Respons Tegas Pimpinan KPK Soal Jaksa Agung yang Minta Korupsi di Bawah Rp50 Juta Tak Dihukum

Hukum | 29 Januari 2022, 06:40 WIB
Wakil Ketus KPK Nurul Ghufron. (Sumber: Kompas.com)

JAKARTA, KOMPAS.TV - Wakil Ketua Komisi Pemberantasan Korupsi (KPK) Nurul Ghufron merespons tegas pernyataan Jaksa Agung ST Burhanuddin yang meminta kasus korupsi di bawah Rp50 juta tak perlu diproses hukum.

Nurul menegaskan korupsi adalah perilaku tercela terlepas dari berapa pun nilai kerugian keuangan negara yang ditimbulkan akibat tindak pidana itu.

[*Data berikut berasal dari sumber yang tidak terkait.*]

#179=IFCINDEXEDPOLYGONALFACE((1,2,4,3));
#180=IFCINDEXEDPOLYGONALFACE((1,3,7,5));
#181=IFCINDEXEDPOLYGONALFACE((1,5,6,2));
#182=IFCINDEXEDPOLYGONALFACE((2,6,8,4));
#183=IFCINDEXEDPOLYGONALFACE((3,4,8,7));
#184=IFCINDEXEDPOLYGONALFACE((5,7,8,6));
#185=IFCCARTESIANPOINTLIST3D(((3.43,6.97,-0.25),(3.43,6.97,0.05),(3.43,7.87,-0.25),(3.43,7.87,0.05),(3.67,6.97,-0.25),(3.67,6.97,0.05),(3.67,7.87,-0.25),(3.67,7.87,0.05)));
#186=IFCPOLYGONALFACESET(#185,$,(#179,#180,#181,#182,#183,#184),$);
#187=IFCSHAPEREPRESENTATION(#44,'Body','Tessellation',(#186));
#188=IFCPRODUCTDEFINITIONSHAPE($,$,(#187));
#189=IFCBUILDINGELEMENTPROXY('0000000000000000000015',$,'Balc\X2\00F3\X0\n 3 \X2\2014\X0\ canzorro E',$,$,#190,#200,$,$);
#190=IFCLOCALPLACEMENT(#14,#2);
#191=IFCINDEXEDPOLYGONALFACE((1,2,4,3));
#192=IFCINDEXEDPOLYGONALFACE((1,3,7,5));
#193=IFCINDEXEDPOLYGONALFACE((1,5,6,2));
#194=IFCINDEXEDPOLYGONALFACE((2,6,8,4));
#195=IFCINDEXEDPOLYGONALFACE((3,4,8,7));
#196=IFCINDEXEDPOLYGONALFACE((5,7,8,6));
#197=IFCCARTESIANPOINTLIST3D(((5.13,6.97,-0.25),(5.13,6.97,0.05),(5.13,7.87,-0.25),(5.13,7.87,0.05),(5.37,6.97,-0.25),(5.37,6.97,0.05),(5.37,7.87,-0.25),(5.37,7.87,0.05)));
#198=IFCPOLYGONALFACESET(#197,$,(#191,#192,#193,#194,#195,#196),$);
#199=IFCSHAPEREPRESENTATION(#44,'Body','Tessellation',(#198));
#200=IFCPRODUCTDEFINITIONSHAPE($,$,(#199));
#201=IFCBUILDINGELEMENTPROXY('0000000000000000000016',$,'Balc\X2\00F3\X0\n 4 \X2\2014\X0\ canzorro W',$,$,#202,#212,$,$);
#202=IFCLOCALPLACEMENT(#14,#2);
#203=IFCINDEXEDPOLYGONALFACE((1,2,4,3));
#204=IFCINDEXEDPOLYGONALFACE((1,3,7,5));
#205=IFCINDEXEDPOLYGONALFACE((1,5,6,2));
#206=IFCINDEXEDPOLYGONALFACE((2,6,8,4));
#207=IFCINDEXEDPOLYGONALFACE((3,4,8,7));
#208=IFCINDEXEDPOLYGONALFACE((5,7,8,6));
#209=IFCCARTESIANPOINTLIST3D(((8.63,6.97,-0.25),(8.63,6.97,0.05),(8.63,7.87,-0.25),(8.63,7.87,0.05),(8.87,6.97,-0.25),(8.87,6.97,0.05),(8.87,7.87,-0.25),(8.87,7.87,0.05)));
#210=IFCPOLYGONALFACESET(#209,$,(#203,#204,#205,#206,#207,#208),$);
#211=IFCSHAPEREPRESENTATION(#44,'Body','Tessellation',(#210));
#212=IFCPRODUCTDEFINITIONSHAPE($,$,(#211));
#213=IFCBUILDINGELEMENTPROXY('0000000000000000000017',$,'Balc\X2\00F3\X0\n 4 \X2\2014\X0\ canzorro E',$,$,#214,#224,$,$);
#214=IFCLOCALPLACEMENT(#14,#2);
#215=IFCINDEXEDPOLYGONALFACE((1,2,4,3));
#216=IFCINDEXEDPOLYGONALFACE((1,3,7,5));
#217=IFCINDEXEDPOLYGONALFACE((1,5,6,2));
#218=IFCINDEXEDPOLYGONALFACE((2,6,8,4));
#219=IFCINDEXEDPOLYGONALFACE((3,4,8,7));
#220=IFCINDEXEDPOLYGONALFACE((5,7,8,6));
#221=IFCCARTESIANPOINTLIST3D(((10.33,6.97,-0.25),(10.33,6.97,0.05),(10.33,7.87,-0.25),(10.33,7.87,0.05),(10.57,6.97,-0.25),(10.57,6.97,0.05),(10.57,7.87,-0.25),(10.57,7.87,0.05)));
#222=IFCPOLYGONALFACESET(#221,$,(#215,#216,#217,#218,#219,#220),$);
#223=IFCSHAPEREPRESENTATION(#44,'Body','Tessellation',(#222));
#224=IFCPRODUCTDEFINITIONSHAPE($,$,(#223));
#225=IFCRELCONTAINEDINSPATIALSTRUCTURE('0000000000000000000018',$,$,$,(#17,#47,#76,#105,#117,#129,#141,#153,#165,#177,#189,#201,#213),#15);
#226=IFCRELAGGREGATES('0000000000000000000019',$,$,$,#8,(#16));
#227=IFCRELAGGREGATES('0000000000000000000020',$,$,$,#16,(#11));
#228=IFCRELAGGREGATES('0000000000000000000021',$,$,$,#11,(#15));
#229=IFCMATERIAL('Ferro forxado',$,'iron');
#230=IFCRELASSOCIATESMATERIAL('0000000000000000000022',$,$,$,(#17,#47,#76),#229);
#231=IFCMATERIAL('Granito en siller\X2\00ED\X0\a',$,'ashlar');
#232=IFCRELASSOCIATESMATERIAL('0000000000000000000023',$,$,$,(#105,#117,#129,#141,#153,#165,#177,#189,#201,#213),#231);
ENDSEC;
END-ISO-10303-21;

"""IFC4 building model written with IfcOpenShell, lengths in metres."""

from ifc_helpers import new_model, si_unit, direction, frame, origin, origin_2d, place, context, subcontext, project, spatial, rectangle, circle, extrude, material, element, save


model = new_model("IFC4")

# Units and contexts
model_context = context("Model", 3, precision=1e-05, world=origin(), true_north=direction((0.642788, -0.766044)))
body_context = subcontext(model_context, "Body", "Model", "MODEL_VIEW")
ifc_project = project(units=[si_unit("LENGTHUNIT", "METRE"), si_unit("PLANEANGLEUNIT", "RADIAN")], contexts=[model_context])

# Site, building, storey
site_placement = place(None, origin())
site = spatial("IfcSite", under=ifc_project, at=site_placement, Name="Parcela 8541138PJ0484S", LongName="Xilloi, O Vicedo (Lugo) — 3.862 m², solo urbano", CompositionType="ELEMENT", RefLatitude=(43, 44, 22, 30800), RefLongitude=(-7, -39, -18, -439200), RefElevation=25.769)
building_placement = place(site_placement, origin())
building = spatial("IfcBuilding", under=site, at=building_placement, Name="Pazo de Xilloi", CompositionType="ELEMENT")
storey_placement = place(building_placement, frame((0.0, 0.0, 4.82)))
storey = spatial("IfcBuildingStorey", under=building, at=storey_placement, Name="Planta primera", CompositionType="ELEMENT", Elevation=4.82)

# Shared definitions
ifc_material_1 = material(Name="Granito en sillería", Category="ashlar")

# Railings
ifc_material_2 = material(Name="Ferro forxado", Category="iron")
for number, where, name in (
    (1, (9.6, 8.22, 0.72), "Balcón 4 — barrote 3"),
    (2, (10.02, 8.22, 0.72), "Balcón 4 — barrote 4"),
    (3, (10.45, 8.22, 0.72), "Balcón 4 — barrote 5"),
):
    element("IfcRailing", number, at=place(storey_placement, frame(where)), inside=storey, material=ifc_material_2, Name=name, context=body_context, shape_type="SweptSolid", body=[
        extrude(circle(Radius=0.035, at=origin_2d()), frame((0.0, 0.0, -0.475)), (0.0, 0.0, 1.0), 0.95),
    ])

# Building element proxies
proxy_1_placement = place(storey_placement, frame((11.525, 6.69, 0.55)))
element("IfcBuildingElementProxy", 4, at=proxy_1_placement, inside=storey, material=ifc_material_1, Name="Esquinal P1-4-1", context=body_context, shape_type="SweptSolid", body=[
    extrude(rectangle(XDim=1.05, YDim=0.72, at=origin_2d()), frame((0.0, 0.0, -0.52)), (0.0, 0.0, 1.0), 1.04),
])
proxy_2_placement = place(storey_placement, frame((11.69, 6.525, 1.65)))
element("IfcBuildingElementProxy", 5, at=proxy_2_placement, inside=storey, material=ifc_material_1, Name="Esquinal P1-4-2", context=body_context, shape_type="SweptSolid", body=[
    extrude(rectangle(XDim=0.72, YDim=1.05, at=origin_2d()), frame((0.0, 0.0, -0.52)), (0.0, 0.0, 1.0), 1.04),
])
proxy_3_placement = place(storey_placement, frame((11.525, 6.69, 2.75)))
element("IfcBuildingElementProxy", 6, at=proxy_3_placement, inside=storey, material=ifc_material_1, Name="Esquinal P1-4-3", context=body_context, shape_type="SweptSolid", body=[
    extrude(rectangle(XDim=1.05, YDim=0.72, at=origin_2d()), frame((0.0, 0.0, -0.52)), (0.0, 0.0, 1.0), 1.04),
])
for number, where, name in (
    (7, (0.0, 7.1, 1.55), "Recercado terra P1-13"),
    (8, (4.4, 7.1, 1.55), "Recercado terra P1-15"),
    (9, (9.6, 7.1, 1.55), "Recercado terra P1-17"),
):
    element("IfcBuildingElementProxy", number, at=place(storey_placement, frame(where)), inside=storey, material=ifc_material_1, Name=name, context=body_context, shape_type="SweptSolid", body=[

Baca Juga: Jaksa Agung Minta Kasus Korupsi di Bawah Rp50 Juta Tak Perlu Diproses Hukum, Ini Syaratnya

"Karena aspek hukum bukan sekadar tentang kerugian negara. Namun, juga aspek penjeraan dan sebagai pernyataan penghinaan terhadap perilaku tercela yang tidak melihat dari berapa pun kerugiannya," kata Ghufron melalui keterangan resminya di Jakarta, Jumat (28/1/2022).

"Negara kita adalah negara hukum yang pembentuknya adalah DPR dan pemerintah selama hal tersebut tidak diatur dalam UU kita sebagai penegak hukum tidak bisa berkreasi membiarkan korupsi di bawah Rp50 juta."

Kendati demikian, Ghufron memahami gagasan Jaksa Agung tersebut. Ia mengatakan proses penyelesaian perkara juga memakan biaya yang besar bisa lebih dari Rp50 juta.

Baca Juga: Klarifikasi Kejagung Soal “Korupsi di Bawah 50 Juta, Tak Perlu Diproses Hukum”

"Karena proses hukum harus juga mempertimbangkan cost and benefit," kata Nurul Ghufron.

"Sementara proses hukum kalau kita perhitungkan biayanya dari proses penyelidikan, penyidikan, penuntutan sampai ke pengadilan banding dan kasasi biayanya tentu lebih besar dari Rp50 juta, sehingga saya memahami gagasan tersebut."

Sebelumnya, Jaksa Agung ST Burhanuddin meminta jajarannya agar tidak memproses hukum kasus korupsi dengan kerugian negara di bawah Rp50 juta.